Tuesday, May 24, 2011

Small Dogs Appeared Early in the History of Canine Domestication, but Did This Happen in the Middle East?

Research published in 2007 indicated that small dogs share a variant of the IGF1 gene on dog chromosome 15. Variants in the IGF1 (insulin-like growth factor 1) gene are “fixed in the majority of small distantly related dog breeds which suggests that small size evolved early in the history of domestication.” A few giant breeds (mastiffs, bullmastiffs, and rottweilers) share the “small” allele, but no wild canid so far tested has been found to have this variant.

Surveying a great many grey wolves and dogs, members of the same research team (Melissa Gray, Nathan Sutter, Elaine Ostrander, and Robert Wayne) have concluded in research published in 2010 that “grey wolves of Middle East origin were slightly closer to domestic dogs” as to the specific size-relevant allele.

Included in the wolves with haplotypes closest to small dogs are Spanish wolves. The authors conclude that their analysis was consistent with “a Middle Eastern origin for the small domestic dog haplotypes.” The authors elaborate:

“Many of the domestic dogs from Middle Eastern sites are small whereas those from Belgium, Germany and Western Russia are larger in size, which supports our hypothesis that small body size evolved early in the history of domestic dogs and probably in the Middle East…. Therefore, in concordance with past archeological studies, our molecular analysis provides strong evidence for the early evolution of small size in dogs in the Middle East, more than 12,000 years ago.”

The researchers observe that Akitas “were positioned between grey wolves and the main cluster of domestic dogs,” a finding providing some fuel for an alternative interpretation of the data discussed in the next section of this blog.

The researchers distinguish their results from those obtained by Savolainen et al. in 2002, which argued for an East Asian locus of canine domestication. The researchers note that Savolainen’s team looked at mitochondrial DNA, whereas the current study looked at nuclear DNA. They acknowledge that there could be a number of explanations for the difference in the results from the two approaches, but they argue that their findings are more consistent with the archeological record. “Small size could have been more desirable in more densely packed agrarian societies where dogs may have lived partly indoors or in confined outdoor spaces.”

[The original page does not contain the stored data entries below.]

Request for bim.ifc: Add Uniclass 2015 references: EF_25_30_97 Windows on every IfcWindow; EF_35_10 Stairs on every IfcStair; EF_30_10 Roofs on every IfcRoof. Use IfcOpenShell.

First a look at what the model holds.

```python
import ifcopenshell

model = ifcopenshell.open("bim.ifc")
print(model.schema)
print("classifications:", [c.Name for c in model.by_type("IfcClassification")])
for ifc_class in ("IfcDoor", "IfcRoof", "IfcStair", "IfcWall", "IfcWindow"):
    print(ifc_class, len(model.by_type(ifc_class)))
```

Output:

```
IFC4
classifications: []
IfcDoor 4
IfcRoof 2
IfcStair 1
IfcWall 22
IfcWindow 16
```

```python
import ifcopenshell
import ifcopenshell.api.classification

model = ifcopenshell.open("bim.ifc")

system = ifcopenshell.api.classification.add_classification(model, classification="Uniclass 2015")

codes = {
    "IfcWindow": ("EF_25_30_97", "Windows"),
    "IfcStair": ("EF_35_10", "Stairs"),
    "IfcRoof": ("EF_30_10", "Roofs"),
}
for ifc_class, (code, name) in codes.items():
    products = model.by_type(ifc_class)
    ifcopenshell.api.classification.add_reference(
        model, products=products, classification=system, identification=code, name=name
    )
    print(code, len(products))

model.write("bim_updated.ifc")
```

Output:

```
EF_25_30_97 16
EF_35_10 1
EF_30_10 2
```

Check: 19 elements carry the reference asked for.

A Contrary View. Two researchers in Savolainen’s camp responded quickly. In a comment published in the same journal as the original paper, these critics, Klutsch and Crapon de Caprona, note that only two wolves from China were sampled in the study by Gray et al. “Obviously, this is not enough to evaluate if Chinese wolves have a higher or lower genetic diversity from Middle Eastern wolves and they could by pure change be unrepresentative.”

The critics find the evidence from the Gray paper concerning Akitas important, and note:

“The clearest extractable result is that Akitas (as an ancient East Asian dog breed) are most closely related to wolves. The Akita included in this study exists in two sizes. The American Akita is derived from the ancient Japanese Akita, but has acquired a larger size, and is thus now considered to be another breed by the Japanese Kennel Club within the Fédération Cynologique Internationale. Since both breeds exist in North America, it would have been important to study the Akita samples according to the size of the dogs sampled… [I]t would have been important to know if it is the smaller Japanese breed (clearly bred for hundreds of years outside the Middle East) that is closest to the Middle Eastern wolves but also to other Asian wolf samples. The most parsimonious conclusion here would have been that the Japanese Akita dog is related to Asian wolves and Middle Eastern wolves represent a fraction of Asian wolves.”

The critics also argue that DNA studies must take into account the effects of hybridization between dogs and wolves, which has been argued by Pang et al. as occurring in the Middle East. The critics conclude that the data presented “do not lend strong support to the conclusion of Gray et al. that the SDH [small dog haplotype] is derived from Middle Eastern wolves in ancient times.”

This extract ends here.